● PROBLEM TO SOLVE
To complete the exercise, repeat every record exactly as it stands.
(DATA FOR THIS TASK begins)
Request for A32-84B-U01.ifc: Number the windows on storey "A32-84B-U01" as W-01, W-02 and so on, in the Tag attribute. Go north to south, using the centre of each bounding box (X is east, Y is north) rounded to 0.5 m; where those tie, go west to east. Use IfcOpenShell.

First a look at what the model holds.

```python
import ifcopenshell
import ifcopenshell.util.element
import ifcopenshell.util.placement

model = ifcopenshell.open("A32-84B-U01.ifc")
print(model.schema)
storey = next(s for s in model.by_type("IfcBuildingStorey") if s.Name == "A32-84B-U01")
windows = [e for e in ifcopenshell.util.element.get_decomposition(storey) if e.is_a("IfcWindow")]
for e in sorted(windows, key=lambda e: e.id()):
    origin = ifcopenshell.util.placement.get_local_placement(e.ObjectPlacement)[:3, 3]
    print(e.id(), e.Tag, e.Name, origin.round(2) + 0.0, sep=" | ")
```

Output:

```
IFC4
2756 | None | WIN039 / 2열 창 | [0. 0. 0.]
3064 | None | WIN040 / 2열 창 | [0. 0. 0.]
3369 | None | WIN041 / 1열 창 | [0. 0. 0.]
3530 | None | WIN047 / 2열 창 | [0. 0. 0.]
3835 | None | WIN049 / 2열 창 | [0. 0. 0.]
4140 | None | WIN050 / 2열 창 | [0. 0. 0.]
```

```python
import ifcopenshell
import ifcopenshell.geom
import ifcopenshell.util.element
import ifcopenshell.util.shape

model = ifcopenshell.open("A32-84B-U01.ifc")
settings = ifcopenshell.geom.settings()
settings.set("use-world-coords", True)


def centre(element):
    shape = ifcopenshell.geom.create_shape(settings, element)
    return ifcopenshell.util.shape.get_bbox_centroid(shape.geometry)


storey = next(s for s in model.by_type("IfcBuildingStorey") if s.Name == "A32-84B-U01")
windows = [e for e in ifcopenshell.util.element.get_decomposition(storey) if e.is_a("IfcWindow")]

# Insertion points can sit at a corner or the storey origin, so sort by the geometry (in metres).
centres = {e: centre(e) for e in windows}
windows.sort(key=lambda e: (-round(centres[e][1] / 0.5), centres[e][0]))

for i, e in enumerate(windows, start=1):
    number = f"W-{i:02d}"
    e.Tag = number
    print(e.id(), number)

model.write("A32-84B-U01-out.ifc")
```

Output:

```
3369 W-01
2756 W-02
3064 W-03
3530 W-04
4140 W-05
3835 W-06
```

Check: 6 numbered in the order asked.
(DATA FOR THIS TASK ends)
● WRITTEN RESPONSE
Request for A32-84B-U01.ifc: Number the windows on storey "A32-84B-U01" as W-01, W-02 and so on, in the Tag attribute. Go north to south, using the centre of each bounding box (X is east, Y is north) rounded to 0.5 m; where those tie, go west to east. Use IfcOpenShell.

First a look at what the model holds.

```python
import ifcopenshell
import ifcopenshell.util.element
import ifcopenshell.util.placement

model = ifcopenshell.open("A32-84B-U01.ifc")
print(model.schema)
storey = next(s for s in model.by_type("IfcBuildingStorey") if s.Name == "A32-84B-U01")
windows = [e for e in ifcopenshell.util.element.get_decomposition(storey) if e.is_a("IfcWindow")]
for e in sorted(windows, key=lambda e: e.id()):
    origin = ifcopenshell.util.placement.get_local_placement(e.ObjectPlacement)[:3, 3]
    print(e.id(), e.Tag, e.Name, origin.round(2) + 0.0, sep=" | ")
```

Output:

```
IFC4
2756 | None | WIN039 / 2열 창 | [0. 0. 0.]
3064 | None | WIN040 / 2열 창 | [0. 0. 0.]
3369 | None | WIN041 / 1열 창 | [0. 0. 0.]
3530 | None | WIN047 / 2열 창 | [0. 0. 0.]
3835 | None | WIN049 / 2열 창 | [0. 0. 0.]
4140 | None | WIN050 / 2열 창 | [0. 0. 0.]
```

```python
import ifcopenshell
import ifcopenshell.geom
import ifcopenshell.util.element
import ifcopenshell.util.shape

model = ifcopenshell.open("A32-84B-U01.ifc")
settings = ifcopenshell.geom.settings()
settings.set("use-world-coords", True)


def centre(element):
    shape = ifcopenshell.geom.create_shape(settings, element)
    return ifcopenshell.util.shape.get_bbox_centroid(shape.geometry)


storey = next(s for s in model.by_type("IfcBuildingStorey") if s.Name == "A32-84B-U01")
windows = [e for e in ifcopenshell.util.element.get_decomposition(storey) if e.is_a("IfcWindow")]

# Insertion points can sit at a corner or the storey origin, so sort by the geometry (in metres).
centres = {e: centre(e) for e in windows}
windows.sort(key=lambda e: (-round(centres[e][1] / 0.5), centres[e][0]))

for i, e in enumerate(windows, start=1):
    number = f"W-{i:02d}"
    e.Tag = number
    print(e.id(), number)

model.write("A32-84B-U01-out.ifc")
```

Output:

```
3369 W-01
2756 W-02
3064 W-03
3530 W-04
4140 W-05
3835 W-06
```

Check: 6 numbered in the order asked.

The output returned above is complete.